§ Required work: Search the material for "IFCLOCALPLACEMENT" and show all lines that contain it.

↓↓↓

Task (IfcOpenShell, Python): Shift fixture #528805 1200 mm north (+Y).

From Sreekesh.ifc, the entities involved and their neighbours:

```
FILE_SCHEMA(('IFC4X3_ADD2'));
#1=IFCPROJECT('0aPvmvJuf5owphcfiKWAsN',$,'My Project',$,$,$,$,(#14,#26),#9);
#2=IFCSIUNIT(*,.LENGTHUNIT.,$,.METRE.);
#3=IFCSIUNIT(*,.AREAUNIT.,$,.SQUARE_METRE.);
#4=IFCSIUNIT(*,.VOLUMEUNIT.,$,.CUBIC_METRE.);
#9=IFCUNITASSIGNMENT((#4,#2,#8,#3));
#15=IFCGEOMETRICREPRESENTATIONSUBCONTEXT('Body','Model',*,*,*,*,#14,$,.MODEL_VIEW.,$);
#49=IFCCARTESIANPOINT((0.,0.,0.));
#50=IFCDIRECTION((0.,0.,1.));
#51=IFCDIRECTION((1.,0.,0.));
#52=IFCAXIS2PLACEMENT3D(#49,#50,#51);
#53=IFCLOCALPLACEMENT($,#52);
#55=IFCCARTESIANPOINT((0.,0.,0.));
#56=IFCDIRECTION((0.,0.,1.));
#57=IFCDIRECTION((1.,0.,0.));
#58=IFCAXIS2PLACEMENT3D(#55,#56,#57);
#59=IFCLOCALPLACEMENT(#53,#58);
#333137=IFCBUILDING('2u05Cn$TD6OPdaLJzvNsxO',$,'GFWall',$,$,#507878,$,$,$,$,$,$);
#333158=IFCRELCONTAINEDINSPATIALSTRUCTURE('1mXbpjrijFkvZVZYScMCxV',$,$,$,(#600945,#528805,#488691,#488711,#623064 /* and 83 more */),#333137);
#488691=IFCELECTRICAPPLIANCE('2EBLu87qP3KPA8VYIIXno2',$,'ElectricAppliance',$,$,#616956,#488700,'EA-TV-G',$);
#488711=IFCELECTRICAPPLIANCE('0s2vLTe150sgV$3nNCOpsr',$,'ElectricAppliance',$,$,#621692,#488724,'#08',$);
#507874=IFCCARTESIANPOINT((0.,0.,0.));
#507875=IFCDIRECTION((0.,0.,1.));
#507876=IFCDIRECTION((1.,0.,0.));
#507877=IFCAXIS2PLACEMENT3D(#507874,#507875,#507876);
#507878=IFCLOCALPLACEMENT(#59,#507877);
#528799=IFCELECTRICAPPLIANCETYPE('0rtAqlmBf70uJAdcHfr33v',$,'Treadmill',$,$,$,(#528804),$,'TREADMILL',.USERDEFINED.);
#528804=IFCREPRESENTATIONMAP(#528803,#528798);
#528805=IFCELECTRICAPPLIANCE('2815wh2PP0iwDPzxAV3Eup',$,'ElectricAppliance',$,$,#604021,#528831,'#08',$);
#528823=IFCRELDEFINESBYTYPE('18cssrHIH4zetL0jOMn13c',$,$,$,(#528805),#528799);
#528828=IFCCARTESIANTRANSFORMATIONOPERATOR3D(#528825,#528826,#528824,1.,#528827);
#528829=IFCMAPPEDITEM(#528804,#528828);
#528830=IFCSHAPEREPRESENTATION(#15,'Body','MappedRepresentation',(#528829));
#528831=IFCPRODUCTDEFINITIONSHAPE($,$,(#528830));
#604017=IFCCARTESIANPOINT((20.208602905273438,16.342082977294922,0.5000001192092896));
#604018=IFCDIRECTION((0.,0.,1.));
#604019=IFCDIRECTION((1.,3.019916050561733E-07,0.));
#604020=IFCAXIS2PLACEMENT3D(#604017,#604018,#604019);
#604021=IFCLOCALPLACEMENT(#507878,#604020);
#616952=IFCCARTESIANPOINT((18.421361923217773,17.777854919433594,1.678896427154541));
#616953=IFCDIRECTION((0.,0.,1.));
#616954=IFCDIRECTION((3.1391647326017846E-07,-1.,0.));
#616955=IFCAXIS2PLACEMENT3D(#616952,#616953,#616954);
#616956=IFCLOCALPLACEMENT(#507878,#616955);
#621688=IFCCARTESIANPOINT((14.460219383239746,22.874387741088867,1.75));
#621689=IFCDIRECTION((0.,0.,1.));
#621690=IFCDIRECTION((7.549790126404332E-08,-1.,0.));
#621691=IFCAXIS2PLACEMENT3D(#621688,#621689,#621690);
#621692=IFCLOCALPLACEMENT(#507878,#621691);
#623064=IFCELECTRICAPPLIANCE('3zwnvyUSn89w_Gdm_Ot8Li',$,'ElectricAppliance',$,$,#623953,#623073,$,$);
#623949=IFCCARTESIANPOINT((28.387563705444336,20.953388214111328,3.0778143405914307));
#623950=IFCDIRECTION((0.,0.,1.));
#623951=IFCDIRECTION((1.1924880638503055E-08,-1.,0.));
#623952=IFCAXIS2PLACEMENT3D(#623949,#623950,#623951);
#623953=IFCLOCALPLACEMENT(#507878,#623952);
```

```python
import ifcopenshell
import ifcopenshell.api.geometry
import ifcopenshell.util.placement
import ifcopenshell.util.unit

model = ifcopenshell.open("Sreekesh.ifc")
unit_scale = ifcopenshell.util.unit.calculate_unit_scale(model)

item = model.by_guid("2815wh2PP0iwDPzxAV3Eup")
matrix = ifcopenshell.util.placement.get_local_placement(item.ObjectPlacement)
matrix[1, 3] += 1.2 / unit_scale
ifcopenshell.api.geometry.edit_object_placement(model, product=item, matrix=matrix, is_si=False)

print(ifcopenshell.util.placement.get_local_placement(item.ObjectPlacement).round(3) + 0.0)

model.write("Sreekesh_v2.ifc")
```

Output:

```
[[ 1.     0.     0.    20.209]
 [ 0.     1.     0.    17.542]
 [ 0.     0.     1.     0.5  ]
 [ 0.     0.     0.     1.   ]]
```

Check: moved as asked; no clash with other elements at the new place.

↑↑↑

§ Exercise solution:
#53=IFCLOCALPLACEMENT($,#52);
#59=IFCLOCALPLACEMENT(#53,#58);
#507878=IFCLOCALPLACEMENT(#59,#507877);
#604021=IFCLOCALPLACEMENT(#507878,#604020);
#616956=IFCLOCALPLACEMENT(#507878,#616955);
#621692=IFCLOCALPLACEMENT(#507878,#621691);
#623953=IFCLOCALPLACEMENT(#507878,#623952);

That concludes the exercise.